The Unix shell remains popular, in part, because it is the only programming environment that enables one script to be composed of functions written in multiple programming languages. Different programming languages are better suited for specific tasks or types of data; if a developer uses the right language, solving a problem can be much easier.
“People also enjoy developing in different programming languages, so composing all these components into a single program is something that happens very frequently,” Vasilakis adds.
While the Unix shell enables multi-language scripts, its flexible and dynamic structure makes these scripts difficult to parallelize using traditional methods.
Parallelizing a program is usually tricky because some parts of the program are dependent on others. This determines the order in which components must run; get the order is wrong and the program fails.
When a program is written in a single language, developers have explicit information about its features and the language that helps them determine which components can be parallelized. But those tools don’t exist for scripts in the Unix shell. Users can’t easily see what is happening inside the components or extract information that would aid in parallelization.
A just-in-time solution
To overcome this problem, PaSh uses a preprocessing step that inserts simple annotations onto program components that it thinks could be parallelizable. Then PaSh attempts to parallelize those parts of the script while the program is running, at the exact moment it reaches each component.
This avoids another problem in shell programming — it is impossible to predict the behavior of a program ahead of time.

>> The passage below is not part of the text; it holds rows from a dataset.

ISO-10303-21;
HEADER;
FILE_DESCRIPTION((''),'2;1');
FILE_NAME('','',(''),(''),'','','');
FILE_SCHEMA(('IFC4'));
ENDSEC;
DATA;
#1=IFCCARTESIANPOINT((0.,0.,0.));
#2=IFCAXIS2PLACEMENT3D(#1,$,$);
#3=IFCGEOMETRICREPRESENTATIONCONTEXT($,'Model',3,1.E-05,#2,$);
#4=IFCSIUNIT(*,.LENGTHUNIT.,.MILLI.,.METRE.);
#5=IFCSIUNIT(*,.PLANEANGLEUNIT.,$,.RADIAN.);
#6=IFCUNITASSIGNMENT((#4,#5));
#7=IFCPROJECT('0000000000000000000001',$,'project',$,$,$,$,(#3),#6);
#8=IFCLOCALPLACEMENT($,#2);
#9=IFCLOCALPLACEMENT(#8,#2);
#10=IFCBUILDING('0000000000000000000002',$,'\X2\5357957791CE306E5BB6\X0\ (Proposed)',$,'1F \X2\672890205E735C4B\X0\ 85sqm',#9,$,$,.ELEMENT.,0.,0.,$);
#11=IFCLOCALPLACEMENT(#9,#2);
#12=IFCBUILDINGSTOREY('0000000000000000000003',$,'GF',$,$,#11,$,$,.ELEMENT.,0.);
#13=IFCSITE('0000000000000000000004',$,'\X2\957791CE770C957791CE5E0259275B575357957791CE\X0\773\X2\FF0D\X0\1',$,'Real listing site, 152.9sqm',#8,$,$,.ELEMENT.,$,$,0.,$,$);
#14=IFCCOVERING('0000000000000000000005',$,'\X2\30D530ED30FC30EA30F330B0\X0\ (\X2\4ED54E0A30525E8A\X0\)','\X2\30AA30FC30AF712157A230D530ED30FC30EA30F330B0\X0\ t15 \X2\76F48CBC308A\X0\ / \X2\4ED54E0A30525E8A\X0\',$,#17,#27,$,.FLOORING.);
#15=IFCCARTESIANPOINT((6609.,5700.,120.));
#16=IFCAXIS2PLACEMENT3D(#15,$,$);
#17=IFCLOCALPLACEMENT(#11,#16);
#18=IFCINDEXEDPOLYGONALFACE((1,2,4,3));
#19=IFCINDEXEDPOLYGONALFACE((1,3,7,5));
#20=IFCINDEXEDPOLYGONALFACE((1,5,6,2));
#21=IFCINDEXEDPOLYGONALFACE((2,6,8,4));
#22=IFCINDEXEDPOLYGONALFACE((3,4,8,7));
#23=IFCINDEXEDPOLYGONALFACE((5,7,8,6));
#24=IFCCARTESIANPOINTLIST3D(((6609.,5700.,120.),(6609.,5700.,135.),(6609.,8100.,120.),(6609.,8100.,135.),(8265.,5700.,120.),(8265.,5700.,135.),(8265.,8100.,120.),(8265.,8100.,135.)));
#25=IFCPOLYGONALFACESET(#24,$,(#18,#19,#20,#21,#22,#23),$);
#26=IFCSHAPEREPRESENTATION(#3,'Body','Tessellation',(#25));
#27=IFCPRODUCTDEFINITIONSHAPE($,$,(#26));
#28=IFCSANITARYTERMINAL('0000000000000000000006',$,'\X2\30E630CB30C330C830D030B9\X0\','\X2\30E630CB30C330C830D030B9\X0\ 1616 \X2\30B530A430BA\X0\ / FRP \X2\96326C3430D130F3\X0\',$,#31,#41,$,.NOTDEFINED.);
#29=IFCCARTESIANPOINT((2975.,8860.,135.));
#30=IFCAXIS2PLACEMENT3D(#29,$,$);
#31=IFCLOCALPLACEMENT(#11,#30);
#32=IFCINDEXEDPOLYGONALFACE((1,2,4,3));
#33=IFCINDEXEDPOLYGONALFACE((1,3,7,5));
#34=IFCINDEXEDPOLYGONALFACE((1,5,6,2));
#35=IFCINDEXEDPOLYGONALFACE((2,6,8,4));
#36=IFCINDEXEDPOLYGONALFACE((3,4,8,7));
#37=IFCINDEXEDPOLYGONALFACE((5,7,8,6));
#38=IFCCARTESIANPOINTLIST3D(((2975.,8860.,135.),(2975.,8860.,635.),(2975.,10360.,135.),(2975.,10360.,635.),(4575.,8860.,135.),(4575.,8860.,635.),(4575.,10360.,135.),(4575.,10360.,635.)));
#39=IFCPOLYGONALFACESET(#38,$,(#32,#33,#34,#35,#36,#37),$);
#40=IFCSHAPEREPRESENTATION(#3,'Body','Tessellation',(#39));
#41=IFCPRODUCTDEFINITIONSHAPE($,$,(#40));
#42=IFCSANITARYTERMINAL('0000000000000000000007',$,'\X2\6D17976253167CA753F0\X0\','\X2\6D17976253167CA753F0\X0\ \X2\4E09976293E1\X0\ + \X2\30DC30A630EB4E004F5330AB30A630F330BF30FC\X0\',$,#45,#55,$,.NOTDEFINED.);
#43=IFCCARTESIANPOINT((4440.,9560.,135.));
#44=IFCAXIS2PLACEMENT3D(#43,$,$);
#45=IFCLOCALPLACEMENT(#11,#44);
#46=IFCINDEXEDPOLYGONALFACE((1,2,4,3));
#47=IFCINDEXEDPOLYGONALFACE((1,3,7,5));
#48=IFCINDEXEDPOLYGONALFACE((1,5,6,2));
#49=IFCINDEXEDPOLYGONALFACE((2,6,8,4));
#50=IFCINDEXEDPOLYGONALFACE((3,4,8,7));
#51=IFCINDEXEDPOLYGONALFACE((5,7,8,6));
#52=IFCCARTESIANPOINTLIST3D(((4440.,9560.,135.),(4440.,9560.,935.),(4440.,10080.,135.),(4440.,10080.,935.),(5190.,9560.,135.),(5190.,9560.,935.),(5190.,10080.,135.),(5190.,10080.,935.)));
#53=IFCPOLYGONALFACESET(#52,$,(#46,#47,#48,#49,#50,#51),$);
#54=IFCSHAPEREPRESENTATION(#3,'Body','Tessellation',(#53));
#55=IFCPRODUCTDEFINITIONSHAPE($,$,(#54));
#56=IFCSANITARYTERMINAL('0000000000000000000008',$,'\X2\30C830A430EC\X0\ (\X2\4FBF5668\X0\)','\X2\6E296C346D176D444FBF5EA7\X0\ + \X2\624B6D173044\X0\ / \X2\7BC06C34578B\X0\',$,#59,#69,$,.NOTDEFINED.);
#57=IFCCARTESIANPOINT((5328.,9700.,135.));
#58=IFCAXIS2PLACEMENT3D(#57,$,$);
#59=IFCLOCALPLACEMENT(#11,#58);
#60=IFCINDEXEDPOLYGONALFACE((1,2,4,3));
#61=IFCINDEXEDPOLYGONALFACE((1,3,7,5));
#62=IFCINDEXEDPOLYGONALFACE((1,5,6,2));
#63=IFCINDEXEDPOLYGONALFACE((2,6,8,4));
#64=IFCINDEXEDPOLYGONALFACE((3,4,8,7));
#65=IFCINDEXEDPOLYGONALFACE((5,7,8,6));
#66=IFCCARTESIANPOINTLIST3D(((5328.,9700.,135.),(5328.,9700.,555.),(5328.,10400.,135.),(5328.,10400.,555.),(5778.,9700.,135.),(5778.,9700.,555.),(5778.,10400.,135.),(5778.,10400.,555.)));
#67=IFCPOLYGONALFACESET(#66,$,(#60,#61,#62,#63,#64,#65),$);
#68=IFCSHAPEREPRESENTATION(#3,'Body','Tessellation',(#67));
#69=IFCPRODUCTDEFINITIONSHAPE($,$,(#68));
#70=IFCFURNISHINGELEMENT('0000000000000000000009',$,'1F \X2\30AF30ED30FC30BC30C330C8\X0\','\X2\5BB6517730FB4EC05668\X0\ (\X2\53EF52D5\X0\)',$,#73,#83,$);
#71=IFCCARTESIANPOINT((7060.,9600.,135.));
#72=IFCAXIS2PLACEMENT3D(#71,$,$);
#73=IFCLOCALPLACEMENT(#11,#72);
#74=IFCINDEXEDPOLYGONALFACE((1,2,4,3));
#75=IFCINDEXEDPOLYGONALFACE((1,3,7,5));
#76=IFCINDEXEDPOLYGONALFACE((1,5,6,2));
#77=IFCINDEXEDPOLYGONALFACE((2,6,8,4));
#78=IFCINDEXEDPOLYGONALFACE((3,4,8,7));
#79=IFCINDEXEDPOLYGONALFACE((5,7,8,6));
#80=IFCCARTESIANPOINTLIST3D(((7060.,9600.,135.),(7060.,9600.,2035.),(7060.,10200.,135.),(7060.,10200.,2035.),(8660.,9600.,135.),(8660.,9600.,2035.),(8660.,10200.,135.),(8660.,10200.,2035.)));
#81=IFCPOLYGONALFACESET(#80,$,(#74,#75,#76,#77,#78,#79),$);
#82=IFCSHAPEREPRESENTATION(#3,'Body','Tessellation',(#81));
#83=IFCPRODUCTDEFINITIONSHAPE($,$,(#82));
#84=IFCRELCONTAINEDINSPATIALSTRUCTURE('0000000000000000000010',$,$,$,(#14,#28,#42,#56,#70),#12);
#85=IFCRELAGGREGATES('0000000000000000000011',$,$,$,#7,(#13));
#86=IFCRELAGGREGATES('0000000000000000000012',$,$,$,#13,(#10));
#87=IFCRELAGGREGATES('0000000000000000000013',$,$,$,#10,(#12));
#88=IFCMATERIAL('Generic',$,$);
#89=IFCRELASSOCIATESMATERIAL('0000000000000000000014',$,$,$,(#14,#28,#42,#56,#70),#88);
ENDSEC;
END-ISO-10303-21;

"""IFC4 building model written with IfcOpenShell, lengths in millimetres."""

from ifc_helpers import new_model, si_unit, frame, frame_2d, origin, place, context, project, spatial, rectangle, extrude, material, element, save


model = new_model("IFC4")

# Units and contexts
model_context = context("Model", 3, precision=1e-05, world=origin())
ifc_project = project(units=[si_unit("LENGTHUNIT", "METRE", prefix="MILLI"), si_unit("PLANEANGLEUNIT", "RADIAN")], contexts=[model_context])

# Site, building, storey
site_placement = place(None, origin())
site = spatial("IfcSite", under=ifc_project, at=site_placement, Name="長野県長野市大字南長野773－1", ObjectType="Real listing site, 152.9sqm", CompositionType="ELEMENT", RefElevation=0.0)
building_placement = place(site_placement, origin())
building = spatial("IfcBuilding", under=site, at=building_placement, Name="南長野の家 (Proposed)", ObjectType="1F 木造平屋 85sqm", CompositionType="ELEMENT", ElevationOfRefHeight=0.0, ElevationOfTerrain=0.0)
storey_placement = place(building_placement, origin())
storey = spatial("IfcBuildingStorey", under=building, at=storey_placement, Name="GF", CompositionType="ELEMENT", Elevation=0.0)

# Covering
ifc_material_1 = material(Name="Generic")
covering_1_placement = place(storey_placement, frame((6609.0, 5700.0, 120.0)))
element("IfcCovering", 1, at=covering_1_placement, inside=storey, material=ifc_material_1, Name="フローリング (仕上げ床)", Description="オーク無垢フローリング t15 直貼り / 仕上げ床", PredefinedType="FLOORING", context=model_context, shape_type="SweptSolid", body=[
    extrude(rectangle(XDim=1656.0, YDim=2400.0, at=frame_2d((828.0, 1200.0))), frame((6609.0, 5700.0, 120.0)), (0.0, 0.0, 1.0), 15.0),
])

# Sanitary terminals
sanitary_terminal_1_placement = place(storey_placement, frame((2975.0, 8860.0, 135.0)))
element("IfcSanitaryTerminal", 2, at=sanitary_terminal_1_placement, inside=storey, material=ifc_material_1, Name="ユニットバス", Description="ユニットバス 1616 サイズ / FRP 防水パン", PredefinedType="NOTDEFINED", context=model_context, shape_type="SweptSolid", body=[
    extrude(rectangle(XDim=1600.0, YDim=1500.0, at=frame_2d((800.0, 750.0))), frame((2975.0, 8860.0, 135.0)), (0.0, 0.0, 1.0), 500.0),
])
sanitary_terminal_2_placement = place(storey_placement, frame((4440.0, 9560.0, 135.0)))
element("IfcSanitaryTerminal", 3, at=sanitary_terminal_2_placement, inside=storey, material=ifc_material_1, Name="洗面化粧台", Description="洗面化粧台 三面鏡 + ボウル一体カウンター", PredefinedType="NOTDEFINED", context=model_context, shape_type="SweptSolid", body=[
    extrude(rectangle(XDim=750.0, YDim=520.0, at=frame_2d((375.0, 260.0))), frame((4440.0, 9560.0, 135.0)), (0.0, 0.0, 1.0), 800.0),
])
sanitary_terminal_3_placement = place(storey_placement, frame((5328.0, 9700.0, 135.0)))
element("IfcSanitaryTerminal", 4, at=sanitary_terminal_3_placement, inside=storey, material=ifc_material_1, Name="トイレ (便器)", Description="温水洗浄便座 + 手洗い / 節水型", PredefinedType="NOTDEFINED", context=model_context, shape_type="SweptSolid", body=[
    extrude(rectangle(XDim=450.0, YDim=700.0, at=frame_2d((225.0, 350.0))), frame((5328.0, 9700.0, 135.0)), (0.0, 0.0, 1.0), 420.0),
])

# Furnishing element
furnishing_placement = place(storey_placement, frame((7060.0, 9600.0, 135.0)))
element("IfcFurnishingElement", 5, at=furnishing_placement, inside=storey, material=ifc_material_1, Name="1F クローゼット", Description="家具・什器 (可動)", context=model_context, shape_type="SweptSolid", body=[
    extrude(rectangle(XDim=1600.0, YDim=600.0, at=frame_2d((800.0, 300.0))), frame((7060.0, 9600.0, 135.0)), (0.0, 0.0, 1.0), 1900.0),
])

save(model, "model.ifc")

By parallelizing program components “just in time,” the system avoids this issue. It is able to effectively speed up many more components than traditional methods that try to perform parallelization in advance.
Just-in-time parallelization also ensures the accelerated program still returns accurate results. If PaSh arrives at a program component that cannot be parallelized (perhaps it is dependent on a component that has not run yet), it simply runs the original version and avoids causing an error.
“No matter the performance benefits – if you promise to make something run in a second instead of a year – if there is any chance of returning incorrect results, no one is going to use your method,” Vasilakis says.
Users don’t need to make any modifications to use PaSh; they can just add the tool to their existing Unix shell and tell their scripts to use it.
Acceleration and accuracy
The researchers tested PaSh on hundreds of scripts, from classical to modern programs, and it did not break a single one. The system was able to run programs six times faster, on average, when compared to unparallelized scripts, and it achieved a maximum speedup of nearly 34 times.
It also boosted the speeds of scripts that other approaches were not able to parallelize.
“Our system is the first that shows this type of fully correct transformation, but there is an indirect benefit, too. The way our system is designed allows other researchers and users in the industry to build on top of this work,” Vasilakis says.
He is excited to get additional feedback from users and see how they enhance the system. The open-source project joined the Linux Foundation last year, making it widely available for users in industry and academia.
Moving forward, Vasilakis wants to use PaSh to tackle the problem of distribution – dividing a program to run on many computers, rather than many processors within one computer. He is also looking to improve the annotation scheme so it is more user-friendly and can better describe complex program components.